Commenting on the news, François R. Martelet, Chief Executive
Officer of NetScientific and Chairman of Vortex Biosciences, said:
"We are proud to see Vortex progress its VTX-1 system to
demonstrate its simplicity and performance representing the next
step in CTC isolation, whilst enabling cancer researchers to
directly access the cancer biology of the patient. We believe that
CTC technology will increasingly feature in ground-breaking work to
enhance our understanding of cancer.
"As Vortex moves into a commercial phase, we are confident that
these supportive studies, out of some of the world's most
prestigious research institutions, will support a broader take-up
of this technology."
The full texts of the announcements are below:
Vortex Biosciences Announces Publication in Nature
Communications Describing the First Single Cell Western Blot for
Circulating Tumor Cells
CTC Single Cell Western Blots Offer a New Approach to
Characterize the Heterogeneity of a Patient's Cancer
MENLO PARK, CA, March 23rd - Vortex Biosciences, provider of
circulating tumor cell (CTC) capture systems, today announced the
publication of "Profiling protein expression in circulating tumor
cells using microfluidic western blotting" in Nature Communications
on March 23rd. The peer reviewed publication describes the use of
Vortex technology to capture CTCs and a microfluidic single-CTC
resolution Western blot from Dr. Amy Herr's team at the University
of California, Berkeley to measure an 8-plex panel of cell surface
and intracellular signaling proteins. Research conducted for this
publication by Dr. Herr's lab, in collaboration with Dr. Stefanie
Jeffrey's lab at Stanford University, was funded by the National
Institute of Health (NIH). Targeted proteomics with single-CTC
resolution offers a unique analytical approach to understanding CTC
biology.
CTC protein analyses primarily focus on surface and secreted
proteins. While both proteomic factors are important, the
capability to multiplex and assay a wide-range of protein targets
(including intracellular signaling pathways) has been limited. In
this paper, CTCs were first enriched using the Vortex system prior
to introduction into a microfluidic single-CTC Western blot. The
microfluidic design minimizes protein dilution and losses during
targeted proteomics of single-CTCs for surface markers (EpCAM,
CD45), oncoproteins (ER), oncogene signaling (ERK, eIF4E),
cytokeratin (panCK), and housekeeping proteins (GAPDH,
<BETA>-Tubulin).
"We continue to work with great partners like Dr. Amy Herr at
the University of California, Berkeley and Dr. Stefanie Jeffrey at
Stanford University to try to find new ways to interrogate cancer
biology," said Gene Walther, Chief Executive Officer of Vortex
Biosciences. "Combining the high CTC recovery of the next
generation Vortex technology with a single cell proteomics
analytical platform provides a cutting edge approach for expanding
our understanding of cancer biology."
The Vortex system utilizes a proprietary microfluidic chip to
stably trap and capture CTCs in micro-scale vortices based on their
larger size and greater deformability than the white and red blood
cells. This unique approach to CTC isolation does not damage the
proteins and results in CTCs that are high in purity making the
Western blot assay workflow simple. Furthermore, CTCs are captured
and collected unbiased by their molecular characteristics. Using
this new approach, ER+ breast cancer patient-derived CTC analysis
by Western blot reveals lower EpCAM and ER protein expression level
variation than observed in an ER+ cell line. In the patient samples
interrogated in this paper, both EpCAM-positive and EpCAM-negative
CTCs were identified in a single patient sample. This new CTC
single cell Western blot method established a capacity for
retrospective, multiplexed CTC protein analyses.

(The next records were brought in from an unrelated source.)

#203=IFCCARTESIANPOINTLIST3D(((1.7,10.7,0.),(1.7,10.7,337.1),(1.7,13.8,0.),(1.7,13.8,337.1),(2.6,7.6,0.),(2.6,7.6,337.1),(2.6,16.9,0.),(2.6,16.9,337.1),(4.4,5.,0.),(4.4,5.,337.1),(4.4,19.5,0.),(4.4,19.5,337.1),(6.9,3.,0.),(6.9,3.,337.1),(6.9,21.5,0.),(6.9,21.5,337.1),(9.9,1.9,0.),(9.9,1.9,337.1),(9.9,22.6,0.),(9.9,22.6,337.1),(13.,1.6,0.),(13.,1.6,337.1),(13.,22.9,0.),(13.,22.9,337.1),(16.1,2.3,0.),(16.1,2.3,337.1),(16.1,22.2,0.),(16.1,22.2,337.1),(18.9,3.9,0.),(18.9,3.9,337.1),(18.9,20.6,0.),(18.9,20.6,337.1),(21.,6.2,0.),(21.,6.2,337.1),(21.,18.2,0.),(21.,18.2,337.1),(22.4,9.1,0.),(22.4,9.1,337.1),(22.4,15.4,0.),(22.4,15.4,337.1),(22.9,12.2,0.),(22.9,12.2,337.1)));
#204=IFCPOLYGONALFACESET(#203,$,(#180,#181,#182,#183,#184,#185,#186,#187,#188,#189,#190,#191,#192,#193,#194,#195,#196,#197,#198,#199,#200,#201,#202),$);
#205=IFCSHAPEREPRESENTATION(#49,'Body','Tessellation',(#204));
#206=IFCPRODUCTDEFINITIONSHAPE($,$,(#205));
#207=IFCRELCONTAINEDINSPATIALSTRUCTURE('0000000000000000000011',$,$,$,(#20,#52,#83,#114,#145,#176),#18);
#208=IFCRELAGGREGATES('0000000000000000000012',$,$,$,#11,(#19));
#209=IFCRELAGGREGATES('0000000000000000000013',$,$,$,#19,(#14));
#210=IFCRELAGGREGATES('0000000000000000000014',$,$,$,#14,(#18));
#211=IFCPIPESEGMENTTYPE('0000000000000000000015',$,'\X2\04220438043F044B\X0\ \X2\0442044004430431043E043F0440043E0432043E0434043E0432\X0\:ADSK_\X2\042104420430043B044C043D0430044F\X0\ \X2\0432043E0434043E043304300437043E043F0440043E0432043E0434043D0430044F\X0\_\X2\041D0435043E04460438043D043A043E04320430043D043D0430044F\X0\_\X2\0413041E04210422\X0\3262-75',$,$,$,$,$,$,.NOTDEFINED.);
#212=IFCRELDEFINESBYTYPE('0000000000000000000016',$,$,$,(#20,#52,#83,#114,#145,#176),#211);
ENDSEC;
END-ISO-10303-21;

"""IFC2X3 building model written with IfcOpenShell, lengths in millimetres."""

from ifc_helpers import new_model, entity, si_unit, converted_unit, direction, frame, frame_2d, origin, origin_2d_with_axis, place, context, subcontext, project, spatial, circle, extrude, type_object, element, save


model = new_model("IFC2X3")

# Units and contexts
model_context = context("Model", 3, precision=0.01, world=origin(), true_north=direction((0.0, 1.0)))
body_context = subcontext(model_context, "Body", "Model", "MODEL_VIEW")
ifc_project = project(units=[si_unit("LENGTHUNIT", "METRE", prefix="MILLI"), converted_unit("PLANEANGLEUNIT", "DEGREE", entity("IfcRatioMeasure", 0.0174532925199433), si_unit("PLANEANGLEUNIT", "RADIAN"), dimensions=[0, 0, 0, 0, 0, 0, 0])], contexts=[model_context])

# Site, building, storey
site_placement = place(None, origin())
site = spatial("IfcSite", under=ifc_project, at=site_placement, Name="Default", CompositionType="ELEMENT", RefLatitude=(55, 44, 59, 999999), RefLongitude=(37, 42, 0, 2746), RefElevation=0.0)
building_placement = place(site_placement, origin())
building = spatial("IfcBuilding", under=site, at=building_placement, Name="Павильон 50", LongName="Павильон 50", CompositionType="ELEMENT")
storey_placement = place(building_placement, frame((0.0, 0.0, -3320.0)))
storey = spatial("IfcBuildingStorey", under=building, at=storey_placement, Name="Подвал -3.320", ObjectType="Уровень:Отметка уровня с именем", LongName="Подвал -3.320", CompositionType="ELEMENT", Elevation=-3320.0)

The fully automated VTX-1 Liquid Biopsy System from Vortex
represents the next step in CTC isolation. With a cancer cell
recovery of 65-75%, best in class CTC purity, and collected CTCs
being intact, viable, and ready for downstream analysis, the VTX-1
offers the best CTC samples available today.

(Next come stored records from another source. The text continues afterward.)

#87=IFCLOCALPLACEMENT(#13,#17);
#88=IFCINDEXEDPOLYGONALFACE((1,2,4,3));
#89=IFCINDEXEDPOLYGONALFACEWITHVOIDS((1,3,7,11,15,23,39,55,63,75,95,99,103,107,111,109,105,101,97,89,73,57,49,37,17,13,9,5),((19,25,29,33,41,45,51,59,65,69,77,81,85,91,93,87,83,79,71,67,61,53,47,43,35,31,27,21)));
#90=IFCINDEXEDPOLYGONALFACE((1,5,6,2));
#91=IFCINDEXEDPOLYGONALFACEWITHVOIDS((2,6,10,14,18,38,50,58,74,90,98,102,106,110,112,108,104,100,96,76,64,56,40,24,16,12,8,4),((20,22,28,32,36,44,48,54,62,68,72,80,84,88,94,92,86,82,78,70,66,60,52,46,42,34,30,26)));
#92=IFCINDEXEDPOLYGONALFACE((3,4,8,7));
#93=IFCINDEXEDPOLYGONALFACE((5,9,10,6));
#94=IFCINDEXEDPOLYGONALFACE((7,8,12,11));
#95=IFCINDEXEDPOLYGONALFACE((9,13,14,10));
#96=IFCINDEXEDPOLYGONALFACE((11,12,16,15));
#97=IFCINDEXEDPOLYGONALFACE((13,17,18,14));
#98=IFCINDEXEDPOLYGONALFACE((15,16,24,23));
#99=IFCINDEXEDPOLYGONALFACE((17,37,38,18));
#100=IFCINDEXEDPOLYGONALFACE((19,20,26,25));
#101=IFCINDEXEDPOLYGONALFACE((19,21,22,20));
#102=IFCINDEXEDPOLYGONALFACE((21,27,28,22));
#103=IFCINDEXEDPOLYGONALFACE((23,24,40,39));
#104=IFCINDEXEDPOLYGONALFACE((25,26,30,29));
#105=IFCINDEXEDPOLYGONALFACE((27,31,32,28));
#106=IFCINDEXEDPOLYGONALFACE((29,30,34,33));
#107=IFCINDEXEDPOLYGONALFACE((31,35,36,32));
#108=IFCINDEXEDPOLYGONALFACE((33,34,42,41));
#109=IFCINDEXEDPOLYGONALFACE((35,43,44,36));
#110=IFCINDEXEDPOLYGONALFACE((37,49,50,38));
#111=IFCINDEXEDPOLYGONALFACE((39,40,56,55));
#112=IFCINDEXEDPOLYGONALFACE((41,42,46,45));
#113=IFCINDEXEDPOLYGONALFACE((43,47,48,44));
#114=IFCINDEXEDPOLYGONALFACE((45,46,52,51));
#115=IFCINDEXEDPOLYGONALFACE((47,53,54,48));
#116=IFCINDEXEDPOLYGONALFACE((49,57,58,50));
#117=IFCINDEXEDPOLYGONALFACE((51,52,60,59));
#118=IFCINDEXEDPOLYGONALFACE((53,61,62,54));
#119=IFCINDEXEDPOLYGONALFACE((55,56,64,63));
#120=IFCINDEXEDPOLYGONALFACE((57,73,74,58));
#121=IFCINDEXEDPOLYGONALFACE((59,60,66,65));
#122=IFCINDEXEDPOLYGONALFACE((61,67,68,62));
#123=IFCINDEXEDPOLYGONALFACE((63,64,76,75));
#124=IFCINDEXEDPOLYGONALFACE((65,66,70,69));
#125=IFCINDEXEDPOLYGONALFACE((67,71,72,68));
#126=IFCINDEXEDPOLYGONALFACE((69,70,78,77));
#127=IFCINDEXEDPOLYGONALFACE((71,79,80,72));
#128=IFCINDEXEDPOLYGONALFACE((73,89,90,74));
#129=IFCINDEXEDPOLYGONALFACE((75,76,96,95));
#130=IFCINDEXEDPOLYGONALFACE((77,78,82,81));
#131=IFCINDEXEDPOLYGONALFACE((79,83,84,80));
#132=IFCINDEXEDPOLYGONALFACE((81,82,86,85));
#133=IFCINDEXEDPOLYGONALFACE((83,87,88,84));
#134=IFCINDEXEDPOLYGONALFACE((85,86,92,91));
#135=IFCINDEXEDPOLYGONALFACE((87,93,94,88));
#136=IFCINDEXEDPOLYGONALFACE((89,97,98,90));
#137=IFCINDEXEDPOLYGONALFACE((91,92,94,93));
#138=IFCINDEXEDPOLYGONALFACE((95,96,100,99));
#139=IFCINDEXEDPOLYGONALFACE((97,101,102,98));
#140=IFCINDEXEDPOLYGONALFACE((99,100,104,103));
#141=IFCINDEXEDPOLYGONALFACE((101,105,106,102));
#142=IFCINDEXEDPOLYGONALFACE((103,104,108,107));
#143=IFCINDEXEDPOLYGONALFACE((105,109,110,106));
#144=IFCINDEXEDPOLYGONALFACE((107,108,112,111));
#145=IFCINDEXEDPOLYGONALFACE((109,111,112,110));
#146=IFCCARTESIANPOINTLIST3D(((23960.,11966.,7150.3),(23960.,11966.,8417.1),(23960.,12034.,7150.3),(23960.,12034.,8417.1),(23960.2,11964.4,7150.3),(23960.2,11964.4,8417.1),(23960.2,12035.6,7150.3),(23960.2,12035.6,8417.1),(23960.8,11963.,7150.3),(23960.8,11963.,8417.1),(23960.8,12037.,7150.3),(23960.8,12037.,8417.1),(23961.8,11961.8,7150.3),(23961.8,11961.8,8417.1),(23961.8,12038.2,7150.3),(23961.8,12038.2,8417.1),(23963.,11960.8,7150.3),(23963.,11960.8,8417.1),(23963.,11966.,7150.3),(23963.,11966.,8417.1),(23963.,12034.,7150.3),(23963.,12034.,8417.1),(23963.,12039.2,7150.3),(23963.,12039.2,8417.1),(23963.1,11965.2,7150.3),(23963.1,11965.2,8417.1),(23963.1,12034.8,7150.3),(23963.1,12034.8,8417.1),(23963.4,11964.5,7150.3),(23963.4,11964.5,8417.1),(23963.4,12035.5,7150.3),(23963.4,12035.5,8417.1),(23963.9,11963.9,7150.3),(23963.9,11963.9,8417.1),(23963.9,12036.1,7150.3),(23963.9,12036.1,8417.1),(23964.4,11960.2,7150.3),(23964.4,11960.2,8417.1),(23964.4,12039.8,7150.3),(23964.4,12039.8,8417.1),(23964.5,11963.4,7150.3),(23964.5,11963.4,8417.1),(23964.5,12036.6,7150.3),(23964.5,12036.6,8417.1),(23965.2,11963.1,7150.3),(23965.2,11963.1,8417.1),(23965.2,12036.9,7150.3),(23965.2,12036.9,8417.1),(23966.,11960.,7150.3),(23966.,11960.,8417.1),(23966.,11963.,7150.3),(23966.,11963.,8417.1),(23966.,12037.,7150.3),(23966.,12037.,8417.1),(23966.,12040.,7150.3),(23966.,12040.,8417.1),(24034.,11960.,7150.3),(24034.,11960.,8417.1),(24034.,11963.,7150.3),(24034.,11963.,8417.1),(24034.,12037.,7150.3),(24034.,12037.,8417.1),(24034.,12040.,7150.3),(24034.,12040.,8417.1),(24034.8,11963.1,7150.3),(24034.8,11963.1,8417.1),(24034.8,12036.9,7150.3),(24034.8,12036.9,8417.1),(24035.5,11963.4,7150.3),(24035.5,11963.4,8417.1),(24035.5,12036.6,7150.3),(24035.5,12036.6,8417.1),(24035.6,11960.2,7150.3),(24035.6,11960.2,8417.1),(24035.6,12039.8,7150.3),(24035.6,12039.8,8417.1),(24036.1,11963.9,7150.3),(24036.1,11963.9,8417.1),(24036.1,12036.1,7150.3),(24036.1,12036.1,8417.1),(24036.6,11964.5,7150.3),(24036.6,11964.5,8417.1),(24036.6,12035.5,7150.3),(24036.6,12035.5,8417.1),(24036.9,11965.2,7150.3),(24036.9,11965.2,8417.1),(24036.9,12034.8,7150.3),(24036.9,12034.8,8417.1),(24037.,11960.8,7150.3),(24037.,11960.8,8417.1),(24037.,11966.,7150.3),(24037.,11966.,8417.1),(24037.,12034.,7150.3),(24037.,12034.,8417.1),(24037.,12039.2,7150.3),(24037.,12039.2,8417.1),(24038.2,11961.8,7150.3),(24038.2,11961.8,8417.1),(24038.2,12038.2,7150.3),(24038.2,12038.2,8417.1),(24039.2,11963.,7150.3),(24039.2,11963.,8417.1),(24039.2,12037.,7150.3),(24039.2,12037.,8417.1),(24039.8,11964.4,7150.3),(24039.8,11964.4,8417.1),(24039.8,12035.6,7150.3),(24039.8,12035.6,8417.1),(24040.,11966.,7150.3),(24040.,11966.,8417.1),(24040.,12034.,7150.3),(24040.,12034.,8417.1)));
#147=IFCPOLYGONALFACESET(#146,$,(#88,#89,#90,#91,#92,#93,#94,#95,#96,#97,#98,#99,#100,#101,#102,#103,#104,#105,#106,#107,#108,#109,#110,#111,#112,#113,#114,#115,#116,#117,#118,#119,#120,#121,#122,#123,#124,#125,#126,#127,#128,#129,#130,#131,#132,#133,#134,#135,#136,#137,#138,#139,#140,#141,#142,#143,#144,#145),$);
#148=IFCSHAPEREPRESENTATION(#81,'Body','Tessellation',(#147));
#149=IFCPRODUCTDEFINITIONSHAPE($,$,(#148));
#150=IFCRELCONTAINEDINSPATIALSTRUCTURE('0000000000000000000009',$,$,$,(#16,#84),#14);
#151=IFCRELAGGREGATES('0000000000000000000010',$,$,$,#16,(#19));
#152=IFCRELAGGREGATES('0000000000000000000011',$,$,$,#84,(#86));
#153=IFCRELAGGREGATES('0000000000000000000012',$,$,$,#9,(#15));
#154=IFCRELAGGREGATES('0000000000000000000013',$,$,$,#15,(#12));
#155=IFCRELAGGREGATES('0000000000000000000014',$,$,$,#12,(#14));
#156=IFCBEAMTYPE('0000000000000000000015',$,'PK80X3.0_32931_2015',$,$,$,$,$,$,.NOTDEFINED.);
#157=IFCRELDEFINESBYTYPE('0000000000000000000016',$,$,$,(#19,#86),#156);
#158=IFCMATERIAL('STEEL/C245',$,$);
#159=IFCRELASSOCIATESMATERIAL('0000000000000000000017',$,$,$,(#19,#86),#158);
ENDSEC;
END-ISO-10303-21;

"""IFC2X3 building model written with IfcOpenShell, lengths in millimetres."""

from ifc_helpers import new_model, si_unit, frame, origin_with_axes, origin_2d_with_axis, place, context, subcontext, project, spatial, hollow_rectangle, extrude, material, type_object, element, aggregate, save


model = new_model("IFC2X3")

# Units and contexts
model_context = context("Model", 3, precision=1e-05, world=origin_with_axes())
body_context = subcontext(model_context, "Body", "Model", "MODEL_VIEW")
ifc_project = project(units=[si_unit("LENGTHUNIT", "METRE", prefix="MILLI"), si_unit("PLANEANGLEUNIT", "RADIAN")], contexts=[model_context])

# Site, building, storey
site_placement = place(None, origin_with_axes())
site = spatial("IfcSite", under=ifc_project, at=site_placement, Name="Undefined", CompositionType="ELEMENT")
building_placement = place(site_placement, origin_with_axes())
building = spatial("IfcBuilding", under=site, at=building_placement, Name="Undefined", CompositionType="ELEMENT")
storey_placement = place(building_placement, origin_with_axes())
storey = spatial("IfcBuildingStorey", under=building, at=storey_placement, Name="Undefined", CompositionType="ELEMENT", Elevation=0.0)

Vortex Biosciences Presents Studies at AACR That Demonstrate Use
of the VTX-1 System for Isolating and Analyzing Circulating Tumor
Cells for Cancer Research
In Collaboration with Stanford University School of Medicine and
UCLA, Studies Demonstrate Use of Circulating Tumor Cells in
Colorectal, Non-Small Cell Lung and Breast Cancer Research
MENLO PARK, CA, March 31 - Vortex Biosciences, provider of
circulating tumor cell (CTC) capture systems, will present four
posters at the American Association for Cancer Research (AACR)
Annual Meeting 2017 (April 1-5, Washington D.C.). Data presented at
AACR demonstrate the ability of Vortex's technology to rapidly
collect highly enriched populations of CTCs, undamaged by labels or
reagents, for colorectal cancer, non-small cell lung cancer (NSCLC)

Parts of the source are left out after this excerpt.